Plugins can output non-text content types by returning Audio or Image objects. This is how TTS (text-to-speech) and image-generation plugins work. When a plugin returns a Content subclass, the generator updates the dataset entry's content_type field accordingly so that targets and judges can handle it correctly.

Content-type routing: The generator inspects the plugin's transform (or plugin_transform) parameter annotations to decide whether to call it:

  • A content: Content parameter annotation — plugin accepts any content type.
  • A content: str (or text: str) parameter annotation — plugin only accepts text; the generator will skip it for audio/image entries.
from typing import Optional, List
from spikee.templates.plugin import Plugin
from spikee.utilities.enums import ModuleTag
from spikee.utilities.hinting import Audio, Content, get_content, ModuleDescriptionHint, ModuleOptionsHint

class MyTTSPlugin(Plugin):
    """Example plugin that converts text to audio using a TTS service."""

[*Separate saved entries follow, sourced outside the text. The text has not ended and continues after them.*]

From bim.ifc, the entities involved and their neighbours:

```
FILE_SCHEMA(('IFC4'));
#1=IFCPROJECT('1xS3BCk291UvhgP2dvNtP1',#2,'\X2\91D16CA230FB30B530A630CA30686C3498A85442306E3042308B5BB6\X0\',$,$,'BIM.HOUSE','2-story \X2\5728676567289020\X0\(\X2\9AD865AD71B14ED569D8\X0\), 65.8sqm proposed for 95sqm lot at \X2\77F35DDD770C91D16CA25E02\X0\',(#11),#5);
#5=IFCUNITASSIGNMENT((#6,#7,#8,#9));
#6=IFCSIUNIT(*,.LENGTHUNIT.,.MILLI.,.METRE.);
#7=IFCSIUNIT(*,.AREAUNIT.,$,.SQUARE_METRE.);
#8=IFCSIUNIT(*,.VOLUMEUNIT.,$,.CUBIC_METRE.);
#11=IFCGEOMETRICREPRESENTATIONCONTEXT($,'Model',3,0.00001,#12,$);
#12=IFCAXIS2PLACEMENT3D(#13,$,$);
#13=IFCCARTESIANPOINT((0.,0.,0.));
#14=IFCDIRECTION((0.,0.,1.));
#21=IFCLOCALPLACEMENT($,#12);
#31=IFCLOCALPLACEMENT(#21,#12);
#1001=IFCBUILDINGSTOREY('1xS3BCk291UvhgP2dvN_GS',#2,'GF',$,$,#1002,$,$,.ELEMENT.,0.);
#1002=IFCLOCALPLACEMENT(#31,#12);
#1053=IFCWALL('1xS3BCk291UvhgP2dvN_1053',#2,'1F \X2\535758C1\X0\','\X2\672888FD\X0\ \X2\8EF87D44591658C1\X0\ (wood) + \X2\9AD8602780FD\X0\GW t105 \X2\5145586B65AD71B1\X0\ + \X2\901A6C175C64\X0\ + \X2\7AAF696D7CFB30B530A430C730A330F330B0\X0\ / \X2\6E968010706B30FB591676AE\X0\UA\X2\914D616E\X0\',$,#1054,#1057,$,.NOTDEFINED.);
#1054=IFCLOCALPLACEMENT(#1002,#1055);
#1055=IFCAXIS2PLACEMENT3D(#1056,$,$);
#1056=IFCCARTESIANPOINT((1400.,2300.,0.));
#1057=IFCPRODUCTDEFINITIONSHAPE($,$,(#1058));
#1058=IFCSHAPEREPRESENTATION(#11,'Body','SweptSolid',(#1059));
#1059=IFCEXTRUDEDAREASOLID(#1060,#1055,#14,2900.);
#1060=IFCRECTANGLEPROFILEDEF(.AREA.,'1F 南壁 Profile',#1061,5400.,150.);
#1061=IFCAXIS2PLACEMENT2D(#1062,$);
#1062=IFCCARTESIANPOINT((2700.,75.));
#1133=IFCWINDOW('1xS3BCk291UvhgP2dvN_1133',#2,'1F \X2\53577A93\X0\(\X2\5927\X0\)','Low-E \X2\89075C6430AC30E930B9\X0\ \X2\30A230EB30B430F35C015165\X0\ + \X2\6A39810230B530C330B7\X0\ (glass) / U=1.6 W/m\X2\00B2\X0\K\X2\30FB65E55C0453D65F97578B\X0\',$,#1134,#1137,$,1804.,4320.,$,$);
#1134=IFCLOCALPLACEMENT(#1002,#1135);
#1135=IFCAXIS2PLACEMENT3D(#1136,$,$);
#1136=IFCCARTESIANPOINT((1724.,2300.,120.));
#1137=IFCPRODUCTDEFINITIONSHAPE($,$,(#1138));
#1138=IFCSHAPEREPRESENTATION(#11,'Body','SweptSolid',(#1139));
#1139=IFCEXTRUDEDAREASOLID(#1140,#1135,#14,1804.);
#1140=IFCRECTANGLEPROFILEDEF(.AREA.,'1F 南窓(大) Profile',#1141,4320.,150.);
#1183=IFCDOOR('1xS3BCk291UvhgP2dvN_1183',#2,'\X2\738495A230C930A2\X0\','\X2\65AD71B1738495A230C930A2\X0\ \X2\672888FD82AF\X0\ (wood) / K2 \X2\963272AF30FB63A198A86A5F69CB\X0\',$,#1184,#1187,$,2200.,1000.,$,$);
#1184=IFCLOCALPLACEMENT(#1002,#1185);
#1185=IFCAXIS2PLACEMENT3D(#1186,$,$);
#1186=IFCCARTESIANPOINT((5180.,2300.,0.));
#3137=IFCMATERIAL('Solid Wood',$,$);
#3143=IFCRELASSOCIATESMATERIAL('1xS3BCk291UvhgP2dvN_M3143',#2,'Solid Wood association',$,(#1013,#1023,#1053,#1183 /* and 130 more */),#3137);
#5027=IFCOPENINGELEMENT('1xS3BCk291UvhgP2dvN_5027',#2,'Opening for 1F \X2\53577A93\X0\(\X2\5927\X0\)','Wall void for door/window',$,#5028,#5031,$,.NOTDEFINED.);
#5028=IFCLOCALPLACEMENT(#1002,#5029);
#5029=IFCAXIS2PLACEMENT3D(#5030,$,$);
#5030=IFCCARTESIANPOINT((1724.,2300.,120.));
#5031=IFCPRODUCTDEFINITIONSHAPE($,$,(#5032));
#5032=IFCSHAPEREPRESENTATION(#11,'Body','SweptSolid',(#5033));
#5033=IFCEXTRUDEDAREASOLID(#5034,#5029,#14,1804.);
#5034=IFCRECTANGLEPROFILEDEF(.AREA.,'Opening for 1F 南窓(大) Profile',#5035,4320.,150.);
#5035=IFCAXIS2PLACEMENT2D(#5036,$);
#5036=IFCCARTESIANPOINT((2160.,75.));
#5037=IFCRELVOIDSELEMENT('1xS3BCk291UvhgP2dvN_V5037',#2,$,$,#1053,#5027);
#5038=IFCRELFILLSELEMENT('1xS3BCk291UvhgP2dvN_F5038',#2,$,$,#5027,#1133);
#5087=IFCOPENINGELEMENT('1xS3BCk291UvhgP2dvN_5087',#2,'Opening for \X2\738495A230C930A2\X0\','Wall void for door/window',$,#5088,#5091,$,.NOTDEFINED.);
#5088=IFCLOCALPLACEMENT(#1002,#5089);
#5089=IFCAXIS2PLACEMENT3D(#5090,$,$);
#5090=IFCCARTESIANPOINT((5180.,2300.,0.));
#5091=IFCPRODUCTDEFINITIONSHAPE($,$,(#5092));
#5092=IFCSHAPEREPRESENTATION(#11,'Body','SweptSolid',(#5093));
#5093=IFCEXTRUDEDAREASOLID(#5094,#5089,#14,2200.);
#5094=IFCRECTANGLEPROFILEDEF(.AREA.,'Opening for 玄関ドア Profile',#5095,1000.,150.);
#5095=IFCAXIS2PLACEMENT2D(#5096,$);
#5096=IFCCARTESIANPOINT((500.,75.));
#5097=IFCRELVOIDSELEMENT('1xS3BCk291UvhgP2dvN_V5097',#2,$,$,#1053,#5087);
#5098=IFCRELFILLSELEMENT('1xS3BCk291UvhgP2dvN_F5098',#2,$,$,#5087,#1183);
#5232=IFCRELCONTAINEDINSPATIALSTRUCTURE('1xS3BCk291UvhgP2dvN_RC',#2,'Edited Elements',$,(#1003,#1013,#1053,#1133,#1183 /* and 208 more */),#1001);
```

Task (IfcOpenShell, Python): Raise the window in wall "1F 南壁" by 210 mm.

```python
import numpy as np
import ifcopenshell
import ifcopenshell.api.geometry
import ifcopenshell.util.placement
import ifcopenshell.util.unit

model = ifcopenshell.open("bim.ifc")
unit_scale = ifcopenshell.util.unit.calculate_unit_scale(model)

window = model.by_id(1133)
opening = window.FillsVoids[0].RelatingOpeningElement
dz = 0.21 / unit_scale

shift = np.array([0.0, 0.0, dz])
# The window is not placed relative to its opening, so move both.
for product in (opening, window):
    matrix = ifcopenshell.util.placement.get_local_placement(product.ObjectPlacement)
    matrix[:3, 3] += shift
    ifcopenshell.api.geometry.edit_object_placement(model, product=product, matrix=matrix, is_si=False)

print(f"moved by {dz * unit_scale:+.3f} m")

model.write("bim_rev.ifc")
```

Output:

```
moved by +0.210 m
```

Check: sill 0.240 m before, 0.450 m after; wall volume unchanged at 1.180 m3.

    def get_description(self) -> ModuleDescriptionHint:
        return [ModuleTag.SINGLE], "Converts text payload to Audio via TTS"

    def get_available_option_values(self) -> ModuleOptionsHint:
        return ["voice=alloy", "voice=nova"], True  # Requires LLM/TTS provider

    def transform(
        self,
        content: str,  # Annotate as str: only receives text entries
        exclude_patterns: Optional[List[str]] = None,
        plugin_option: str = "",
    ) -> Audio:
        text = get_content(content)
        # ... call TTS API to get base64-encoded audio bytes ...
        audio_bytes_b64 = call_tts_api(text)
        return Audio(audio_bytes_b64)

See spikee/plugins/tts.py and spikee/plugins/text2image.py for full reference implementations.